王玄清神秘一笑,語氣輕描淡寫:“沒什麽,不過是個小玩意兒。”

沈卓看了他一眼,若有所思:“……這‘小玩意兒’,怕是不簡單吧?”

王玄清聳了聳肩,沒有接話,只是笑瞇瞇地拍了拍沈卓肩:“行了,別多問了,趕緊走吧。”

“好”,沈卓亦點頭稱是。

他們已經耽擱了很多時間,那些車隊都要消失在道路盡頭了。

三人踏入城中,喧囂嘈雜的人聲、此起彼伏的叫賣聲交織在一起。

沈卓的目光緊緊跟隨著遠處的車隊,直到它們駛入了某處宅邸的偏門:“這是當地望族的宅院。這些鹽是不是他們走私的?我們要不要查查看?”

“你在說什麽啊?”陶夭的雙手在空中揮舞著:“追查?追查完了然後民告官嗎?人家是望族,我們能有什麽好果子吃!”

沈卓被她懟得一時語塞,眉頭皺得更深了,嘴唇動了動,卻終究沒有反駁。

這時,王玄清慢悠悠地開口了,聲音裏帶著一貫的慵懶:“你們吵吧,我去找道觀睡覺了。” 他一邊說著,一邊伸了個懶腰,仿佛這世間的紛爭都與他無關。

陶夭聽到 “道觀” ,眼睛瞬間亮了起來,小鳥般湊到道長身邊,諂媚道:“你住哪裏,我就住哪裏。” 她的臉上洋溢著期待,似乎住道觀是一件無比美妙的事情。

道長懶散地牽了自家毛驢:“拜某人所賜,貧道現在窮得很,得去道觀掛個單,吃些齋飯。”

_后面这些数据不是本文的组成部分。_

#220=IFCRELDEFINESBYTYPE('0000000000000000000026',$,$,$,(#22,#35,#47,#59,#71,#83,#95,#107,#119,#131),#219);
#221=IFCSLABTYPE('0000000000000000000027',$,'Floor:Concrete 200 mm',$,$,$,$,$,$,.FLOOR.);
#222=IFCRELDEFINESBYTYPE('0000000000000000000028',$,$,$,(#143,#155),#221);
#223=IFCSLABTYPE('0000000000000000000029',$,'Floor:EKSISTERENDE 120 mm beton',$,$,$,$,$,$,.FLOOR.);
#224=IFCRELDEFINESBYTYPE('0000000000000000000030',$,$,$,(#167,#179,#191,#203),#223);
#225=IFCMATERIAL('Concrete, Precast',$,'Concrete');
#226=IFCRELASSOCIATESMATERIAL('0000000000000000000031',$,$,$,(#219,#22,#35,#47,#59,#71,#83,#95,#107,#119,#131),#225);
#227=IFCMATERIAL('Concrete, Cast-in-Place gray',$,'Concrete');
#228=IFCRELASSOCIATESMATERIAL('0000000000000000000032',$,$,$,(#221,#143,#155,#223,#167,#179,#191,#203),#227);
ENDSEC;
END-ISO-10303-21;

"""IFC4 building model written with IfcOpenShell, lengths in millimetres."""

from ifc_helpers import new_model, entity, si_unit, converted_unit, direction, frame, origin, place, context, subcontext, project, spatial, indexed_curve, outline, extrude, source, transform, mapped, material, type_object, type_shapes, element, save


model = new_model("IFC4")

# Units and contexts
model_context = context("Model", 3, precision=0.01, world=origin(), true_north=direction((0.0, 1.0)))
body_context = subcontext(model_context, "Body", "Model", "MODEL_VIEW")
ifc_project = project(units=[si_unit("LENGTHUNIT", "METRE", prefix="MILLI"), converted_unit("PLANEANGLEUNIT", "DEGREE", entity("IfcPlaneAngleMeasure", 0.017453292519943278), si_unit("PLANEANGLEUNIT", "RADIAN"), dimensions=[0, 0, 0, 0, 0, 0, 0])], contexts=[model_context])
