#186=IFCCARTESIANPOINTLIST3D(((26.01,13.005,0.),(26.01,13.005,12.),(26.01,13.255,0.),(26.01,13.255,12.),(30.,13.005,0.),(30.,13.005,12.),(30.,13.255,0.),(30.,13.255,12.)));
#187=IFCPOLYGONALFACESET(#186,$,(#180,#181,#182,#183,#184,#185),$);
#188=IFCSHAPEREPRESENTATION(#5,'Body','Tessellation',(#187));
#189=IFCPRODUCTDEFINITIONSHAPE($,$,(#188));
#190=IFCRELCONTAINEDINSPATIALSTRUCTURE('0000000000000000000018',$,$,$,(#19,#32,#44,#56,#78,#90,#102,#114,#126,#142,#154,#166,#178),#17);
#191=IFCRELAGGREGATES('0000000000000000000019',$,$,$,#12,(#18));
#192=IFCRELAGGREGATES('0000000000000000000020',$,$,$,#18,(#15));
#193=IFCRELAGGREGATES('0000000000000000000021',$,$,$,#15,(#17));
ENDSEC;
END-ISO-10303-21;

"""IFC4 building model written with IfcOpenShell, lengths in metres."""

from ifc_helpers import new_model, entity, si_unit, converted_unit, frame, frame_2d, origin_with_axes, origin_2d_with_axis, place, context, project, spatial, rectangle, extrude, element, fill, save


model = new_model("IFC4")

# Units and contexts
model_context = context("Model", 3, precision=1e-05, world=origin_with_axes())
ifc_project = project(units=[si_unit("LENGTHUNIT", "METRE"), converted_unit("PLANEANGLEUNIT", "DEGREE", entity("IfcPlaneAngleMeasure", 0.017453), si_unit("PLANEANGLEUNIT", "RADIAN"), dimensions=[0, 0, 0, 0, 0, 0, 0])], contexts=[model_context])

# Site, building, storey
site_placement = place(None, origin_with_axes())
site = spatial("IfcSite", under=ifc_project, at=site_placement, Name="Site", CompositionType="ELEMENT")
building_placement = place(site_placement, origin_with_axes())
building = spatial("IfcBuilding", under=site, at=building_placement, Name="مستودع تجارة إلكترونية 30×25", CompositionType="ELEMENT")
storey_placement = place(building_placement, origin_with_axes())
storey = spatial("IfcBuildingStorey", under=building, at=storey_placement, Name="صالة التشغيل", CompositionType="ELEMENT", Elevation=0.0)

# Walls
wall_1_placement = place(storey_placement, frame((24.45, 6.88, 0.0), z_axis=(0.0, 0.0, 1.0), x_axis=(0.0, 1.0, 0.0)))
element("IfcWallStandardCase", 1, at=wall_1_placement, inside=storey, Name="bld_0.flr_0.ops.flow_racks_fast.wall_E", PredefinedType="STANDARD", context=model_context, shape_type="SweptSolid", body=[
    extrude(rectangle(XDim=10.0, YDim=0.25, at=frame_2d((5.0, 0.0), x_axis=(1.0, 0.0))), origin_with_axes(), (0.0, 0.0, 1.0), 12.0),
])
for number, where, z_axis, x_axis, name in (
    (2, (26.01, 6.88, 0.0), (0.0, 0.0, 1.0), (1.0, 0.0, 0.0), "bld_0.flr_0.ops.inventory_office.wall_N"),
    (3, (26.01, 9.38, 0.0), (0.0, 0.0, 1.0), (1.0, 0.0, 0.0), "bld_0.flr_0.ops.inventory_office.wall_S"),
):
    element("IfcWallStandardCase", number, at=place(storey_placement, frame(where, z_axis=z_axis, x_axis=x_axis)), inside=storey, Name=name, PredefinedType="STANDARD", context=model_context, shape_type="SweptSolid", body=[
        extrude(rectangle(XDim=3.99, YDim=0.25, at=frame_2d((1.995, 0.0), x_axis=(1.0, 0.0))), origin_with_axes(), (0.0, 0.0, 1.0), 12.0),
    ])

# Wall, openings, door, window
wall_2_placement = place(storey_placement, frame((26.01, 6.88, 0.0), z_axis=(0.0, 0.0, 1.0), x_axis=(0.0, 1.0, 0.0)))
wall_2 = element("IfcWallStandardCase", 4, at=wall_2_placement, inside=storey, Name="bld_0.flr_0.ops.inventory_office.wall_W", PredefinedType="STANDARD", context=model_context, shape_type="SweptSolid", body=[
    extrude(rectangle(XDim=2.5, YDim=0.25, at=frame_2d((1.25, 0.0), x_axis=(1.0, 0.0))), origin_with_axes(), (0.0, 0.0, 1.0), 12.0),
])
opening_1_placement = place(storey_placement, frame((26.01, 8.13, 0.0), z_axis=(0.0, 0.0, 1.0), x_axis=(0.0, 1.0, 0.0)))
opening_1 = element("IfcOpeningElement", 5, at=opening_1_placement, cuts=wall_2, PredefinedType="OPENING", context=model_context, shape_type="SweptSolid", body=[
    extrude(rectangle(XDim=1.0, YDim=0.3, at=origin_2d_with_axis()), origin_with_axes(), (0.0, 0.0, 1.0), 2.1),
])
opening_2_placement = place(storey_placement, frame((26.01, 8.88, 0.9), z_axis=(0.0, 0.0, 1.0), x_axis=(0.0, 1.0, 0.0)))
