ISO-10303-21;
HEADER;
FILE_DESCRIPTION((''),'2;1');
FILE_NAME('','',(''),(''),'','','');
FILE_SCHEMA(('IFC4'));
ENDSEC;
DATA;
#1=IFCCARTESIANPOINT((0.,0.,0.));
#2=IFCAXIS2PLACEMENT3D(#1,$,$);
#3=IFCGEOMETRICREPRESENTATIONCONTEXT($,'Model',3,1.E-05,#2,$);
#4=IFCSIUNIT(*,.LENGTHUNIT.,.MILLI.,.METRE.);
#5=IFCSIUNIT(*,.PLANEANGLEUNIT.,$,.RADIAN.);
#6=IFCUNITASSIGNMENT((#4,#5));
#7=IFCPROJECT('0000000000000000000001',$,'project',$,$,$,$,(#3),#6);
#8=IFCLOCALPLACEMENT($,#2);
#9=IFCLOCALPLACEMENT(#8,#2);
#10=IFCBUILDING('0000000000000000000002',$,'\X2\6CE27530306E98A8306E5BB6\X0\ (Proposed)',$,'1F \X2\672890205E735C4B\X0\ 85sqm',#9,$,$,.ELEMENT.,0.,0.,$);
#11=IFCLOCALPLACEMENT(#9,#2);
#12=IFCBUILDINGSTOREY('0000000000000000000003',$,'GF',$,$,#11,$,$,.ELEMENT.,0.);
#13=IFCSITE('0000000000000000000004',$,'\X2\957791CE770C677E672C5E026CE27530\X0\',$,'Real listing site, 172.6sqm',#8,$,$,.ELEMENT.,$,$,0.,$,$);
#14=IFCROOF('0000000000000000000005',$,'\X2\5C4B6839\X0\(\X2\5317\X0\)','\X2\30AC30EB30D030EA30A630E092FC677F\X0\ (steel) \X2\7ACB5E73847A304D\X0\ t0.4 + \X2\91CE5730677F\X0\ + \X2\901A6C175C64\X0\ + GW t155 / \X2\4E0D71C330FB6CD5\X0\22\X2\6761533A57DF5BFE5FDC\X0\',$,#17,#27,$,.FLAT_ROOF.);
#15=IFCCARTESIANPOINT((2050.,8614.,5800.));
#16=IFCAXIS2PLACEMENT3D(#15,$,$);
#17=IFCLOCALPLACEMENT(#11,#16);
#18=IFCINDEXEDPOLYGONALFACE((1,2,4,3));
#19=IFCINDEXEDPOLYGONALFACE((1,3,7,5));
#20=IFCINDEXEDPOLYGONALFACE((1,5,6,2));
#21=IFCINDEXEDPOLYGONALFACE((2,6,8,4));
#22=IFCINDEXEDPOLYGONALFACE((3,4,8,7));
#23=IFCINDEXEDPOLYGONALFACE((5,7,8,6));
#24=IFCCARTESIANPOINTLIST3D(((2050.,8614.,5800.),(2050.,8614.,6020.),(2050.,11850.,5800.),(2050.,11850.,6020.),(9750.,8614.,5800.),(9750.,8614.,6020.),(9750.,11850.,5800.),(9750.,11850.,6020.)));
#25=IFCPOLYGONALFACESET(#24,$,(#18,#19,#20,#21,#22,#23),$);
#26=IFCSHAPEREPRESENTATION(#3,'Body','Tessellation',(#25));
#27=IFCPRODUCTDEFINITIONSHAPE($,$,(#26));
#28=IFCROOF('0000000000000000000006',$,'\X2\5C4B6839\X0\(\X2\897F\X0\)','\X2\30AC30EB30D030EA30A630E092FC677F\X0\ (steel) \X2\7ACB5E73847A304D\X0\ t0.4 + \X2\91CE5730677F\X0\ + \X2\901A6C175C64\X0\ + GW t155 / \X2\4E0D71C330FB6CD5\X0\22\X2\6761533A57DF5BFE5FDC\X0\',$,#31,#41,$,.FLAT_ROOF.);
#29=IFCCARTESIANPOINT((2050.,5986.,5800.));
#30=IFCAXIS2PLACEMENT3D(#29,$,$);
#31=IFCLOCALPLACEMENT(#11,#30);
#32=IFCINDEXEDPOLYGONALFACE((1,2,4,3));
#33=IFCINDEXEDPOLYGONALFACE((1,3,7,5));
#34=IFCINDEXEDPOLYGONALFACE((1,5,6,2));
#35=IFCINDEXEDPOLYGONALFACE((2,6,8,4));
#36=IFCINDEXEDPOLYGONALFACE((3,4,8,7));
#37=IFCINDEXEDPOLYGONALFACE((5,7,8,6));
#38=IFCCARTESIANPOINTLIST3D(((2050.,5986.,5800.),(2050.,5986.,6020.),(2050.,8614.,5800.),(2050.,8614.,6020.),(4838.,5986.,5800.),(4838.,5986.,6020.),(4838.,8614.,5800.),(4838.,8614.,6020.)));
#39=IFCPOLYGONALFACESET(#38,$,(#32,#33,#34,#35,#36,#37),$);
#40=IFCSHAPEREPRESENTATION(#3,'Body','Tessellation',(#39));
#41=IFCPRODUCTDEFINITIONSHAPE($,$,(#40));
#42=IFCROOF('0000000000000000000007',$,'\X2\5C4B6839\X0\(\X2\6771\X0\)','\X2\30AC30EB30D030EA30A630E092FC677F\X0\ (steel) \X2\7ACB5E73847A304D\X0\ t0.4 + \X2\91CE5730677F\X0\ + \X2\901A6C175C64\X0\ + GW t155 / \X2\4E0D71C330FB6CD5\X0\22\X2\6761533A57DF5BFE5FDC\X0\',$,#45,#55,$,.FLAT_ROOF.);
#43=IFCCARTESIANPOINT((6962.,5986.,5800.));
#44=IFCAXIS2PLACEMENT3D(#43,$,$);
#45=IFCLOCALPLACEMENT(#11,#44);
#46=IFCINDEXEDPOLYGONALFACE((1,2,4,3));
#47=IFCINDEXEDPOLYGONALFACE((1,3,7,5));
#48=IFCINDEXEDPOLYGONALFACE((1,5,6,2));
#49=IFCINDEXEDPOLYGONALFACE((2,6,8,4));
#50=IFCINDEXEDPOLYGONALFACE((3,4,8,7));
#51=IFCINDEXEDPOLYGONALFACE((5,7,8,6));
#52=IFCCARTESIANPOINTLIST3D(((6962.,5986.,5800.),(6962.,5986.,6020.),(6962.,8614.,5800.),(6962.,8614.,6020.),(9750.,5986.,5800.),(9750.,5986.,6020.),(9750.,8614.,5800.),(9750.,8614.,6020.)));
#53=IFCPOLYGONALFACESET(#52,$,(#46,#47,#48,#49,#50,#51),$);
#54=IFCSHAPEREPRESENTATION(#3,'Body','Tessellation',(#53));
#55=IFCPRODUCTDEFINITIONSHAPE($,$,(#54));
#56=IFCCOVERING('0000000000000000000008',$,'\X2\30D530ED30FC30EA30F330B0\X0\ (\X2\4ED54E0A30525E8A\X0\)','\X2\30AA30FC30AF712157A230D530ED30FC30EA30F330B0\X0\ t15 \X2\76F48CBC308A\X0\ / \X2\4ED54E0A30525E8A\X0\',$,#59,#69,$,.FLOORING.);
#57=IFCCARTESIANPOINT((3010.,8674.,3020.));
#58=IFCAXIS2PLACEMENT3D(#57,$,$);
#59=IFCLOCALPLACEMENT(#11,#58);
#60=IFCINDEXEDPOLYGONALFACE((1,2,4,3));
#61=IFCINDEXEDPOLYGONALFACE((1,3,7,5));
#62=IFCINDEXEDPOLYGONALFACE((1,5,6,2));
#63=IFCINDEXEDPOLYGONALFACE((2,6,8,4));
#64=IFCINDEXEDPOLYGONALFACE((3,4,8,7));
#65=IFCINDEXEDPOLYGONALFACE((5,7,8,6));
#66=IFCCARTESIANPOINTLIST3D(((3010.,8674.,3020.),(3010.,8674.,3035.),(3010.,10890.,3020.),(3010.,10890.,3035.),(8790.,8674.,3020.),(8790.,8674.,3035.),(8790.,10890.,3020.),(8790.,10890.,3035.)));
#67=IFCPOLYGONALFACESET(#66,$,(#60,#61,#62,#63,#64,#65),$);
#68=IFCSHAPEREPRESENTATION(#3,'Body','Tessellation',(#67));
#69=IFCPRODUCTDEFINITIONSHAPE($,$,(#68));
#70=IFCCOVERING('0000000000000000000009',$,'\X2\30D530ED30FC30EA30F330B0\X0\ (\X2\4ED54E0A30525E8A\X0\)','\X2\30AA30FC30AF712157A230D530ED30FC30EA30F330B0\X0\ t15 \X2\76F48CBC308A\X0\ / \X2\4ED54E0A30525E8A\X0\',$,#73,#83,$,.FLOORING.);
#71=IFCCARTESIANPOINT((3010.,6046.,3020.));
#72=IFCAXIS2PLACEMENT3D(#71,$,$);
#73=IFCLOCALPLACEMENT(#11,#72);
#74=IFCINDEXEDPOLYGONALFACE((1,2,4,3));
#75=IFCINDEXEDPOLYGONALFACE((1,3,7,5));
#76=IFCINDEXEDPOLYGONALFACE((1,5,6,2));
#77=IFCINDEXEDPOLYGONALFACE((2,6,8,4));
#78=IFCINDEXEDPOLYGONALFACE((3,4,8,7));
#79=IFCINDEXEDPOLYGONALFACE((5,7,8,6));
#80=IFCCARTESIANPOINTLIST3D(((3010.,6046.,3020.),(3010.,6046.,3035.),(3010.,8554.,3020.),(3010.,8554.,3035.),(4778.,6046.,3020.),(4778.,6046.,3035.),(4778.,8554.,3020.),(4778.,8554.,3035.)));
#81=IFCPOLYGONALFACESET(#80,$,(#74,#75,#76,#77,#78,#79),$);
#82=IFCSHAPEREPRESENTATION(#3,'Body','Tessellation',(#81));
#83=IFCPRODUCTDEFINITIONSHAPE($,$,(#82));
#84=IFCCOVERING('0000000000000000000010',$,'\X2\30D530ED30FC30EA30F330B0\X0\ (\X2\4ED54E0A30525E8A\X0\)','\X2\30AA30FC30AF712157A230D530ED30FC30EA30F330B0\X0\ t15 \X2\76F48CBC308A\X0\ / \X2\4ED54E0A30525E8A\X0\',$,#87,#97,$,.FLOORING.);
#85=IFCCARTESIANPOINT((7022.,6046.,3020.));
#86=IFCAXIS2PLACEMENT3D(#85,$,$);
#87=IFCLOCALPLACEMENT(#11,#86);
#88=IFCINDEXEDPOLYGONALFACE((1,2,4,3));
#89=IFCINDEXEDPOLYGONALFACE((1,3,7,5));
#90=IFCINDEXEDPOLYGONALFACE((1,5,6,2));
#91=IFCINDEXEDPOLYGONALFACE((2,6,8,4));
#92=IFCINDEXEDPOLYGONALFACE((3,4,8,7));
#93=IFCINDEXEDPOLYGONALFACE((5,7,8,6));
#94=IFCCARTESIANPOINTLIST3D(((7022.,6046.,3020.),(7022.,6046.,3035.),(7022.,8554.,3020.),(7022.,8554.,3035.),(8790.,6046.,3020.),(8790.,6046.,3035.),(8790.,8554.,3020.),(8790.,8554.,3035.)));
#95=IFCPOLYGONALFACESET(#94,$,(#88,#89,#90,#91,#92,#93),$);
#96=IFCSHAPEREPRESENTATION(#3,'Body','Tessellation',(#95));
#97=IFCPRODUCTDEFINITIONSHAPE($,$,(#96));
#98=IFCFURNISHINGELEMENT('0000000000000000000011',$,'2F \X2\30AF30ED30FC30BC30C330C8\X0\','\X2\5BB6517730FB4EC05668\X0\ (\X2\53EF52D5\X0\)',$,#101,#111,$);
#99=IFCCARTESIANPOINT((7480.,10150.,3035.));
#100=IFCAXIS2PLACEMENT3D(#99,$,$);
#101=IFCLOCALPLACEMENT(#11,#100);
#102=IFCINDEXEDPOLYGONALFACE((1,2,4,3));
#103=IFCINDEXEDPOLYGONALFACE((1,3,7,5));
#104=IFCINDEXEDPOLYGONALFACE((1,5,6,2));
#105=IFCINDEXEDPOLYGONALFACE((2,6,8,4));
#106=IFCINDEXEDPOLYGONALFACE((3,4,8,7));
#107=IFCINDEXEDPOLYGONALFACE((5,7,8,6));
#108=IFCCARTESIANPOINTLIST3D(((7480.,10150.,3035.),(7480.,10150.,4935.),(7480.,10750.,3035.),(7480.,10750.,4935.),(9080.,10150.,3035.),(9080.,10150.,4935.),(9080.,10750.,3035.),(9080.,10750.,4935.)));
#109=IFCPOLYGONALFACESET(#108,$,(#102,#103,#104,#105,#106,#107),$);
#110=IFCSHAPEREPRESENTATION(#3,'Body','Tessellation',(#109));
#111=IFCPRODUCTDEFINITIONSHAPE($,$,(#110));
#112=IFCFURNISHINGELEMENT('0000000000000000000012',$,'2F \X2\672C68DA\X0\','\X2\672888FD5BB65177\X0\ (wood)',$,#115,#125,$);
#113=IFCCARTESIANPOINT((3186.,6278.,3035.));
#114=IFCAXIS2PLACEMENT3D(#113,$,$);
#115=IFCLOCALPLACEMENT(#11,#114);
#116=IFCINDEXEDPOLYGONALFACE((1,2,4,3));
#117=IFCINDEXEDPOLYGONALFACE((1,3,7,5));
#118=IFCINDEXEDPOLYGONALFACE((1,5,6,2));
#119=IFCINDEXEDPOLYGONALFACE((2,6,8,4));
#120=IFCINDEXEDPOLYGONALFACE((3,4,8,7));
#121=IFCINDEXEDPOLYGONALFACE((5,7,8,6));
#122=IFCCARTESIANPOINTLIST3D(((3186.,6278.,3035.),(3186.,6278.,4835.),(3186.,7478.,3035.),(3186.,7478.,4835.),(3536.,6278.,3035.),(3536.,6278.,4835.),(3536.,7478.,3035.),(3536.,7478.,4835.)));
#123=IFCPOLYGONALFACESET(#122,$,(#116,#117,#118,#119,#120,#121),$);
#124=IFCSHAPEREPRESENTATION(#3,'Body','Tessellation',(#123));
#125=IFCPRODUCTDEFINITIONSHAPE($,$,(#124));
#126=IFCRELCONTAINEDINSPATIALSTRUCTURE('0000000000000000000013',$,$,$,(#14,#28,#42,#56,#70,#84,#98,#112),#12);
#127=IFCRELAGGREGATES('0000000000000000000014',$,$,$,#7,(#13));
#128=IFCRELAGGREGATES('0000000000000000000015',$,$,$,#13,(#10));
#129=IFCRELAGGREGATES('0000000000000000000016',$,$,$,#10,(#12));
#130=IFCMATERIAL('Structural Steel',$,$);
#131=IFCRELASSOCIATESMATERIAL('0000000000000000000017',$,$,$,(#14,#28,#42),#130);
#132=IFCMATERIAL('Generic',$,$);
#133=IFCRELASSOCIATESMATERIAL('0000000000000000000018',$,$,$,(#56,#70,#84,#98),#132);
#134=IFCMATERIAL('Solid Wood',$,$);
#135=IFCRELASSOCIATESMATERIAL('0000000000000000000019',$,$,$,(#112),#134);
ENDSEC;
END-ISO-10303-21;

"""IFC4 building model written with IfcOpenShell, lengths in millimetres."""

from ifc_helpers import new_model, si_unit, frame, frame_2d, origin, place, context, project, spatial, rectangle, extrude, material, element, save


model = new_model("IFC4")

# Units and contexts
model_context = context("Model", 3, precision=1e-05, world=origin())
ifc_project = project(units=[si_unit("LENGTHUNIT", "METRE", prefix="MILLI"), si_unit("PLANEANGLEUNIT", "RADIAN")], contexts=[model_context])

# Site, building, storey
site_placement = place(None, origin())
site = spatial("IfcSite", under=ifc_project, at=site_placement, Name="長野県松本市波田", ObjectType="Real listing site, 172.6sqm", CompositionType="ELEMENT", RefElevation=0.0)
building_placement = place(site_placement, origin())
building = spatial("IfcBuilding", under=site, at=building_placement, Name="波田の風の家 (Proposed)", ObjectType="1F 木造平屋 85sqm", CompositionType="ELEMENT", ElevationOfRefHeight=0.0, ElevationOfTerrain=0.0)
storey_placement = place(building_placement, origin())
storey = spatial("IfcBuildingStorey", under=building, at=storey_placement, Name="GF", CompositionType="ELEMENT", Elevation=0.0)

# Shared definitions
ifc_material_1 = material(Name="Solid Wood")

# Shared definitions
ifc_material_2 = material(Name="Generic")

# Roofs
ifc_material_3 = material(Name="Structural Steel")
for number, where, name in (
    (1, (2050.0, 8614.0, 5800.0), "屋根(北)"),
):
    element("IfcRoof", number, at=place(storey_placement, frame(where)), inside=storey, material=ifc_material_3, Name=name, Description="ガルバリウム鋼板 (steel) 立平葺き t0.4 + 野地板 + 通気層 + GW t155 / 不燃・法22条区域対応", PredefinedType="FLAT_ROOF", context=model_context, shape_type="SweptSolid", body=[
        extrude(rectangle(XDim=7700.0, YDim=3236.0, at=frame_2d((3850.0, 1618.0))), frame((2050.0, 8614.0, 5800.0)), (0.0, 0.0, 1.0), 220.0),
    ])
roof_1_placement = place(storey_placement, frame((2050.0, 5986.0, 5800.0)))
element("IfcRoof", 2, at=roof_1_placement, inside=storey, material=ifc_material_3, Name="屋根(西)", Description="ガルバリウム鋼板 (steel) 立平葺き t0.4 + 野地板 + 通気層 + GW t155 / 不燃・法22条区域対応", PredefinedType="FLAT_ROOF", context=model_context, shape_type="SweptSolid", body=[
    extrude(rectangle(XDim=2788.0, YDim=2628.0, at=frame_2d((1394.0, 1314.0))), frame((2050.0, 5986.0, 5800.0)), (0.0, 0.0, 1.0), 220.0),
])
roof_2_placement = place(storey_placement, frame((6962.0, 5986.0, 5800.0)))
element("IfcRoof", 3, at=roof_2_placement, inside=storey, material=ifc_material_3, Name="屋根(東)", Description="ガルバリウム鋼板 (steel) 立平葺き t0.4 + 野地板 + 通気層 + GW t155 / 不燃・法22条区域対応", PredefinedType="FLAT_ROOF", context=model_context, shape_type="SweptSolid", body=[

陶夭眨了眨眼睛,轉頭看向沈卓,可憐兮兮地說道:“我餓了,那你呢,你去麽?” 她的眼神裏滿是弱小、無助和可憐,仿佛沈卓是她唯一的依靠。

沈卓整理了一下空空如也的道袍,無奈地嘆了一口氣,眼中的堅定卻絲毫未減:“走吧。” 他的聲音裏帶著幾分疲憊。“不過,我還得先去一處。”

“去去去!”沒等王玄清開口,陶夭便大喇喇地給人做主了。

三人轉身離去,唯高墻大院還在那兒穩穩地杵著,仿佛藏著八百個驚天大瓜。